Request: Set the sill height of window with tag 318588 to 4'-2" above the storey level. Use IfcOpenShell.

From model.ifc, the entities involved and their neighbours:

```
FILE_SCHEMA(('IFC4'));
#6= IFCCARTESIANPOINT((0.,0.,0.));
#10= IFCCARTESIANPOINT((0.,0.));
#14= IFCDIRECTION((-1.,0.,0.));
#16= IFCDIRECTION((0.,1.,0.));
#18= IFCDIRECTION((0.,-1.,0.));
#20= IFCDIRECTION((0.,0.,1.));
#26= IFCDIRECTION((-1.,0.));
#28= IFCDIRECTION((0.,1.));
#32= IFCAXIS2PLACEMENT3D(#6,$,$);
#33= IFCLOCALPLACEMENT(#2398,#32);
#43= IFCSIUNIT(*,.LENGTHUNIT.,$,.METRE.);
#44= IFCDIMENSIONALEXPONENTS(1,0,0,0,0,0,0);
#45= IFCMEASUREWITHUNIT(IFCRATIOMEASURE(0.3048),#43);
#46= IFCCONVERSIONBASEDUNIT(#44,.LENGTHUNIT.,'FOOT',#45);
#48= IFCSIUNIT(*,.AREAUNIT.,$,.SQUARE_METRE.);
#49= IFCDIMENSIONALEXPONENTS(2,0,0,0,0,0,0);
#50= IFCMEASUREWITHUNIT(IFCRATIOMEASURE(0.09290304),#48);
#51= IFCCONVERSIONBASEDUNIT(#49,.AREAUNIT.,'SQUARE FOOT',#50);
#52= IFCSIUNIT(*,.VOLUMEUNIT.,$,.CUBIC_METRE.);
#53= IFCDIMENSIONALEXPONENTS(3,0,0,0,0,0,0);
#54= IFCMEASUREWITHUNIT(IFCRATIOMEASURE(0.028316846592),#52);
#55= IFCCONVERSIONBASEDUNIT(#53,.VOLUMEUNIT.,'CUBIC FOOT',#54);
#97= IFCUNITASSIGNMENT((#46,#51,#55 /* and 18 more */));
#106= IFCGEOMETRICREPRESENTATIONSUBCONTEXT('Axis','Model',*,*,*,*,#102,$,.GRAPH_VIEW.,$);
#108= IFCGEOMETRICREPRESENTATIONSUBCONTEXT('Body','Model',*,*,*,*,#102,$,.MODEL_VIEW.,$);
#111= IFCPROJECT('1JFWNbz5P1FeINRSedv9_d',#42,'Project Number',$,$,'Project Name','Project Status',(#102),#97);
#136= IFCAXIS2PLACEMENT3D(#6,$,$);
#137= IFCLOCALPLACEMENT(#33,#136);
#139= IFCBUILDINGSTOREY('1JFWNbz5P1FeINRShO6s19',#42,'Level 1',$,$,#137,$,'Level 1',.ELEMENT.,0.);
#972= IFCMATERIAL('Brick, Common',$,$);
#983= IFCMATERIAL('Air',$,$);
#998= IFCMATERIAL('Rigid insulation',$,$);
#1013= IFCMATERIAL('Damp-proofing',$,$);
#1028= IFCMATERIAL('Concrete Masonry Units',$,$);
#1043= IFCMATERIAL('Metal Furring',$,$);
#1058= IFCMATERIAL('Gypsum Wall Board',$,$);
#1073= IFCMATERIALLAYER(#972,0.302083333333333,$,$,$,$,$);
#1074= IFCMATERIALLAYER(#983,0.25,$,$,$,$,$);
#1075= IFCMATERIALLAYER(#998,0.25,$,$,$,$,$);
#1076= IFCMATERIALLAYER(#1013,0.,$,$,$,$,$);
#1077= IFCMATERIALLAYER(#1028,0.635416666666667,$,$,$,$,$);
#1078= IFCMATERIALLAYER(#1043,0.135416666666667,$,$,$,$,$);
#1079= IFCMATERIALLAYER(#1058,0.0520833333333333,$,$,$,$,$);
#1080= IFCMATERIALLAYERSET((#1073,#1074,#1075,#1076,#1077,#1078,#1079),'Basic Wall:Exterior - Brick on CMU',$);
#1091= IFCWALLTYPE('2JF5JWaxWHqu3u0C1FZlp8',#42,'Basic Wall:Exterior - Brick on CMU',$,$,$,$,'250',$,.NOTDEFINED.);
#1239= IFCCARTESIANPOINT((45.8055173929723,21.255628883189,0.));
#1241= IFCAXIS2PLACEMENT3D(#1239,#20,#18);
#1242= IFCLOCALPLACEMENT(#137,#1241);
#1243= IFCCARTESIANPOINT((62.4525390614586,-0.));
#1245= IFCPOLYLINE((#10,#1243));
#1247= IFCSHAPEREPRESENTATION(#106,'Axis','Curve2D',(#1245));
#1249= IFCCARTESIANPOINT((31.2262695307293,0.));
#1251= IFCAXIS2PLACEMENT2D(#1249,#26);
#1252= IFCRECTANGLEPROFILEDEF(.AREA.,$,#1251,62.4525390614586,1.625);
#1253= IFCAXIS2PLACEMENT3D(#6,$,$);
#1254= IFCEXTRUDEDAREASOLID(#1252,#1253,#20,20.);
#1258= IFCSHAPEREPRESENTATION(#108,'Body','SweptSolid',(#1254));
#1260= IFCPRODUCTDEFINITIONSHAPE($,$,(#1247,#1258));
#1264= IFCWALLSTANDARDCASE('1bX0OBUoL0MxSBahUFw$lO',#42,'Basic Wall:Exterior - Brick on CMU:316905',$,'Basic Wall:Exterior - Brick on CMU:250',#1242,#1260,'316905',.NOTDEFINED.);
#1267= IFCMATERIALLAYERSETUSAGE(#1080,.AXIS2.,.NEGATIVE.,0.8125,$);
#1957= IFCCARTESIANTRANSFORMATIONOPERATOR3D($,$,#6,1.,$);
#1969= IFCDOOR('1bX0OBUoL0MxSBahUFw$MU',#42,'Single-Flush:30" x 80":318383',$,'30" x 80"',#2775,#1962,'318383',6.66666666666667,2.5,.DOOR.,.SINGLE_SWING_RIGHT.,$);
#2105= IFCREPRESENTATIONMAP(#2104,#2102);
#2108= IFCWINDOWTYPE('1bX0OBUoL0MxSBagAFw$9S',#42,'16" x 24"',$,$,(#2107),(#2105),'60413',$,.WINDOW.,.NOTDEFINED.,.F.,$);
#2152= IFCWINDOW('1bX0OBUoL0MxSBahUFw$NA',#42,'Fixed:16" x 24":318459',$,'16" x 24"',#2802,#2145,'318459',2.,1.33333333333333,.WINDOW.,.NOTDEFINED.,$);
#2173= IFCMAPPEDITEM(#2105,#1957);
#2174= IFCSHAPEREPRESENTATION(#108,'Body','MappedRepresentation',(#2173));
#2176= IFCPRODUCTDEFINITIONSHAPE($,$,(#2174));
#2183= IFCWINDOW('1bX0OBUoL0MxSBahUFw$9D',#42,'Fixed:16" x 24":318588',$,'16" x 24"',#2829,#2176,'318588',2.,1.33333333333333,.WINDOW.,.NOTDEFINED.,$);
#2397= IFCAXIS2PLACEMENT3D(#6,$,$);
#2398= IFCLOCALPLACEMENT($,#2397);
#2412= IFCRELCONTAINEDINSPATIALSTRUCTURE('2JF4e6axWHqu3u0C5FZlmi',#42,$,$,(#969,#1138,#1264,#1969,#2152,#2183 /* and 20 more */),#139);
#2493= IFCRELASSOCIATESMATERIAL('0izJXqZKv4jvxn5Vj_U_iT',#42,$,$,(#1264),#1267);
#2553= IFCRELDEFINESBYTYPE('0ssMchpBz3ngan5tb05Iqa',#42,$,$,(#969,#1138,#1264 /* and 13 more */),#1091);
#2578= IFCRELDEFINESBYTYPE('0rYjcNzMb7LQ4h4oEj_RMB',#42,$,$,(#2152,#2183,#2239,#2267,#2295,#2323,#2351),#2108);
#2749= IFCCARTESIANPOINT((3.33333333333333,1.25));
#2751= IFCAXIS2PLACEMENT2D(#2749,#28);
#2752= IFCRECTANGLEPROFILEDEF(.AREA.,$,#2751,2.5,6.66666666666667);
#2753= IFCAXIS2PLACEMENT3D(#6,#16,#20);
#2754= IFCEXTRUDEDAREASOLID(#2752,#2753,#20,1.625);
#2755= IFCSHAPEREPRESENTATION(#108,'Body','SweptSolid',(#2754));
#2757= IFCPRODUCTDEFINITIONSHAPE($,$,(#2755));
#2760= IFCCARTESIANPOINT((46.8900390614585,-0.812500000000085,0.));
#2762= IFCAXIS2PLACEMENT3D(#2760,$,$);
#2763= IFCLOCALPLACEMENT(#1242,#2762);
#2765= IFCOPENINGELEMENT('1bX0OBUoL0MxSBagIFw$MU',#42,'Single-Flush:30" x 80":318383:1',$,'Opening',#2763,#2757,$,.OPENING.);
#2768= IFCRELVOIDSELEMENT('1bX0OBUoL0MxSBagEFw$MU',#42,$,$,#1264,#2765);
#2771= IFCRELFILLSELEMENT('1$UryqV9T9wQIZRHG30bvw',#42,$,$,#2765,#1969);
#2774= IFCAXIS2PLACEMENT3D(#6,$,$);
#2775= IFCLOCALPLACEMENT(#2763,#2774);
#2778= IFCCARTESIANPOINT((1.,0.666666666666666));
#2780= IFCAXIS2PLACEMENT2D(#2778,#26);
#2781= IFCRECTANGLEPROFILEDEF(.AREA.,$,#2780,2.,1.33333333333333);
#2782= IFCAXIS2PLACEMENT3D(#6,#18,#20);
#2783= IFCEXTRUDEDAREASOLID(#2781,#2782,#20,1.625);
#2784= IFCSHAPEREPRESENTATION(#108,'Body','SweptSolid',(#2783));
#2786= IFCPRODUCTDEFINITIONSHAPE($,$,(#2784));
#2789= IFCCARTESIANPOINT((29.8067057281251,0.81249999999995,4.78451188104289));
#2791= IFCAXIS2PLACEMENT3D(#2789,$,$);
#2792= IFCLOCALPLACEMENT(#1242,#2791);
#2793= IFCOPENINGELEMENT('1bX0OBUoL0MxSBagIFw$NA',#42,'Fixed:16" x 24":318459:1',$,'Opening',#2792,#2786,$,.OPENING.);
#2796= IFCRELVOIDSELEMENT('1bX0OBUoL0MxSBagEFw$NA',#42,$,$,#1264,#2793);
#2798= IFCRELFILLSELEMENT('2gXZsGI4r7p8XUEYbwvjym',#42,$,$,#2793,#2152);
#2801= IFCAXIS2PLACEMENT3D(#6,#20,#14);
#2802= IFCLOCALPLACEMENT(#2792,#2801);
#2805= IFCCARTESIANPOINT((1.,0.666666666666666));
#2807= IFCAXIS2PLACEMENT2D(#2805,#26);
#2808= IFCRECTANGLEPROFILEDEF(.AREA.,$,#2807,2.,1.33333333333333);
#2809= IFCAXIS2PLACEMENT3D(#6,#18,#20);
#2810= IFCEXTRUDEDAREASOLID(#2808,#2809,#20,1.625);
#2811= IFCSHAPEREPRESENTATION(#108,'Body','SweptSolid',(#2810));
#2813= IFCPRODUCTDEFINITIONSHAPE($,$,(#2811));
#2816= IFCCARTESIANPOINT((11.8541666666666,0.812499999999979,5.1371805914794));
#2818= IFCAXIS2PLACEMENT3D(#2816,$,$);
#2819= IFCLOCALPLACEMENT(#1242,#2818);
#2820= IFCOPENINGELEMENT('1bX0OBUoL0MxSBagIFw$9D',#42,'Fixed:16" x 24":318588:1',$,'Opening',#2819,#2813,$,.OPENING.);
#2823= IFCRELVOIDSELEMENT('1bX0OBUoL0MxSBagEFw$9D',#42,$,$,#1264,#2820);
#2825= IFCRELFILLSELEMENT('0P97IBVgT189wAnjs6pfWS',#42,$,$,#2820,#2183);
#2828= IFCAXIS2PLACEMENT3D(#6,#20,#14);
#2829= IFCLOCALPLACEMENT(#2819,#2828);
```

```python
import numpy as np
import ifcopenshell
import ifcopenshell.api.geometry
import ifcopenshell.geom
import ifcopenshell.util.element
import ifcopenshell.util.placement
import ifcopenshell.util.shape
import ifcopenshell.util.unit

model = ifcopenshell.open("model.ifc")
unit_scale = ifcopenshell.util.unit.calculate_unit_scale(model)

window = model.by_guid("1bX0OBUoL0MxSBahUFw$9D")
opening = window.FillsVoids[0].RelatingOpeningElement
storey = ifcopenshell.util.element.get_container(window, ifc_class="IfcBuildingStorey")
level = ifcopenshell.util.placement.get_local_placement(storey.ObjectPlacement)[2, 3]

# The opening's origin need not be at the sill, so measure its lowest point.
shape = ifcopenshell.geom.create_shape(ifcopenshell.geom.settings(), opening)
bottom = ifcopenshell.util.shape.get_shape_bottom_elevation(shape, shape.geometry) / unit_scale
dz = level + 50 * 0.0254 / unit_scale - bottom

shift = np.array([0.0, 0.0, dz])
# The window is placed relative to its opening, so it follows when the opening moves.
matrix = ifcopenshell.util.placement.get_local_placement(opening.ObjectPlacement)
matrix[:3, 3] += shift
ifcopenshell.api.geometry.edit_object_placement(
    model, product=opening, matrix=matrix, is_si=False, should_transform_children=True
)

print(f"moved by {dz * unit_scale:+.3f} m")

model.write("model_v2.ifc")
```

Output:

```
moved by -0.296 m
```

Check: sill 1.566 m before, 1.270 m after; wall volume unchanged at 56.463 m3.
_ _ _ _
> [Problem requirements] Look through the data and gather every line with the string "IFCSIUNIT" in it.

> [Expected answer]
#43= IFCSIUNIT(*,.LENGTHUNIT.,$,.METRE.);
#48= IFCSIUNIT(*,.AREAUNIT.,$,.SQUARE_METRE.);
#52= IFCSIUNIT(*,.VOLUMEUNIT.,$,.CUBIC_METRE.);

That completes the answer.